En l'absence d'étude de bon niveau de preuve permettant une comparaison directe des 2 modèles, quelques éléments peuvent être notés pour alimenter la réflexion. Le nombre d'études de validation intrinsèque des simulateurs utilisant la réalité virtuelle en comparaison des modèles inanimés plaide pour une propension des étudiants, de plus en plus à l'aise vis-à-vis des outils numériques et des nouvelles technologies, à utiliser ce type de simulateurs plutôt que des modèles « faits maison » à l'apparence parfois moins ludique. Les résultats pédagogiques obtenus par ce type de simulateurs ont l'avantage de leur reproductibilité, à l'inverse de certains outils qui ne sont pas produits à grande-échelle. Pour autant, pour l'acquisition des gestes de base, notamment en laparoscopie, l'utilisation de modèles inanimés dans un pelvitrainer classique a fait ses preuves en termes de transfert des compétences [12].
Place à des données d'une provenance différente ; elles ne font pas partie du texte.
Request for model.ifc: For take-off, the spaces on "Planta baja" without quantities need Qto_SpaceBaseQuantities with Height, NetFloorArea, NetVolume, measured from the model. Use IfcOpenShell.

First a look at what the model holds.

```python
import ifcopenshell
import ifcopenshell.util.element
import ifcopenshell.util.unit

model = ifcopenshell.open("model.ifc")
print(model.schema)
for unit_type in ("LENGTHUNIT", "AREAUNIT", "VOLUMEUNIT"):
    print(unit_type, ifcopenshell.util.unit.calculate_unit_scale(model, unit_type))
storey = next(s for s in model.by_type("IfcBuildingStorey") if s.Name == "Planta baja")
spaces = [e for e in ifcopenshell.util.element.get_decomposition(storey) if e.is_a("IfcSpace")]
for e in sorted(spaces, key=lambda e: e.id()):
    print(e.id(), e.is_a(), e.Name, list(ifcopenshell.util.element.get_psets(e, qtos_only=True)), sep=" | ")
```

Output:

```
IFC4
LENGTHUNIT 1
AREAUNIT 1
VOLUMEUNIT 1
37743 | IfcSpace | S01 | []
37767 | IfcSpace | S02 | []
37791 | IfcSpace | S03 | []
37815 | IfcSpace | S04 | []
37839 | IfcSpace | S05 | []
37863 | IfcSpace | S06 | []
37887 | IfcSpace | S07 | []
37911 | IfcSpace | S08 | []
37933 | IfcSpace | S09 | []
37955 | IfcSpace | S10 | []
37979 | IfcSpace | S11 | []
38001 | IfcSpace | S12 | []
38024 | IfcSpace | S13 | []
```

```python
import ifcopenshell
import ifcopenshell.api.pset
import ifcopenshell.geom
import ifcopenshell.util.element
import ifcopenshell.util.shape
import ifcopenshell.util.unit

model = ifcopenshell.open("model.ifc")
unit_scale = ifcopenshell.util.unit.calculate_unit_scale(model)
area_scale = ifcopenshell.util.unit.calculate_unit_scale(model, "AREAUNIT")
volume_scale = ifcopenshell.util.unit.calculate_unit_scale(model, "VOLUMEUNIT")
settings = ifcopenshell.geom.settings()

storey = next(s for s in model.by_type("IfcBuildingStorey") if s.Name == "Planta baja")
spaces = [e for e in ifcopenshell.util.element.get_decomposition(storey) if e.is_a("IfcSpace")]

for e in sorted(spaces, key=lambda e: e.id()):
    if ifcopenshell.util.element.get_psets(e, qtos_only=True, should_inherit=False):
        continue
    # Geometry comes back in metres, in the element's own axes.
    shape = ifcopenshell.geom.create_shape(settings, e)
    values = {
        "Height": ifcopenshell.util.shape.get_z(shape.geometry) / unit_scale,
        "NetFloorArea": ifcopenshell.util.shape.get_footprint_area(shape.geometry) / area_scale,
        "NetVolume": ifcopenshell.util.shape.get_volume(shape.geometry) / volume_scale,
    }
    qto = ifcopenshell.api.pset.add_qto(model, product=e, name="Qto_SpaceBaseQuantities")
    ifcopenshell.api.pset.edit_qto(model, qto=qto, properties=values)
    print(e.id(), {k: round(v, 3) for k, v in values.items()})

model.write("model-out.ifc")
```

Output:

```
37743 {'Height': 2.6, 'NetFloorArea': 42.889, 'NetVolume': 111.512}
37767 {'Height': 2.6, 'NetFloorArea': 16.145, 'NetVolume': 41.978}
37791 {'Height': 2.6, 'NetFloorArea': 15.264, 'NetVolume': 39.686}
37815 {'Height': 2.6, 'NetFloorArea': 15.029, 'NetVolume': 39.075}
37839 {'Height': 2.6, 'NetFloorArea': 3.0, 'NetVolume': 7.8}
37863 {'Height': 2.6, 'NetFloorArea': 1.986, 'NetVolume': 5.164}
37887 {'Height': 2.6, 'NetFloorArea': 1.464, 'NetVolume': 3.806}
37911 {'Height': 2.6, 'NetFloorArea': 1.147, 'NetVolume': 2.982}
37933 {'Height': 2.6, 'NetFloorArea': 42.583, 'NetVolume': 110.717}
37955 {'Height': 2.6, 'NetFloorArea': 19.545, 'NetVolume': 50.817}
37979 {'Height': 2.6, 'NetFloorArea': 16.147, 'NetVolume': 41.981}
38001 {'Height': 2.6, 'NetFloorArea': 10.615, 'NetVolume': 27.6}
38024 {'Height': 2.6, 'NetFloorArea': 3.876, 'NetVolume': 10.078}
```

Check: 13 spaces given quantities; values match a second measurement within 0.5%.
Pour la reproduction de procédures plus complexes, et notamment en chirurgie robotique, le recours aux simulateurs plus sophistiqués est aujourd'hui incontournable, et un élément pouvant orienter le choix est alors la disponibilité du simulateur. Une comparaison directe de 3 simulateurs validés pour la chirurgie robotique (dVSS, utilisant la console du robot, dV-Trainer et ROBOTIX Mentor, simulateurs autonomes) a été réalisée par Hertz et al. [13]. Celle-ci ne montre pas de différence significative entre les 3 simulateurs en termes d'apparence et de contenu, malgré des scores légèrement supérieurs pour le dVSS. Ce dernier simulateur qui se rapproche le plus des conditions réelles (car utilisant la console du robot) n'est, en revanche, accessible qu'en dehors des heures d'utilisation du robot. Son accès est donc plus difficile pour les étudiants et il est moins pertinent d'installer le dVSS au sein d'une salle de simulation en dehors du bloc opératoire Ces éléments de préférence par rapport à la disponibilité ont également été soulignés dans l'étude de Mishra et al. comparant le PERC Mentor au modèle porcin pour l'apprentissage de la chirurgie percutanée du rein [14].


Ce dernier exemple permet de soulever la question du choix des procédures à enseigner lors de l'achat d'un simulateur. Si l'intérêt médico-économique de la formation par simulation à la chirurgie robotique est certain, il peut apparaître moins évident pour des procédures d'indication plus rare, comme la chirurgie percutanée, ou semblant moins complexes, comme la cystoscopie, l'urétéroscopie ou encore les biopsies prostatiques [15]. Pour autant, les conséquences d'un apprentissage insuffisant de ces techniques peuvent également être non négligeables : non-respect des recommandations par absence de maîtrise de la technique, perte de chance pour le patient en l'absence de diagnostic d'un cancer de la prostate, augmentation de la durée opératoire liée à un aide non formé, etc. En l'absence d'obligation légale, c'est probablement la diminution du coût des simulateurs et la mutualisation des ressources qui permettront l'accès de tous les étudiants à la plupart des outils de formation. Enfin, le manque, voire l'absence de simulateur disponible pour les procédures chirurgicales par voie ouverte interpelle vis-à-vis de l'objectif éthique proposé par la HAS [2]. Le compagnonnage permettant l'enseignement de ces procédures reste le gold-standard. Pour autant, ce dernier expose le patient à la courbe d'apprentissage de l'apprenant, contrairement aux procédures mini-invasives où la simulation permet une première approche de la technique, que ce soit dans le cadre de la formation initiale ou pour l'apprentissage de nouvelles techniques dans le cadre de la formation continue. En pratique, les modèles animaux et cadavériques, permettent en partie de pallier ce manque, au prix d'un coût important, d'une accessibilité inconstante et, là encore, d'une validation absente pour la plupart des procédures urologiques.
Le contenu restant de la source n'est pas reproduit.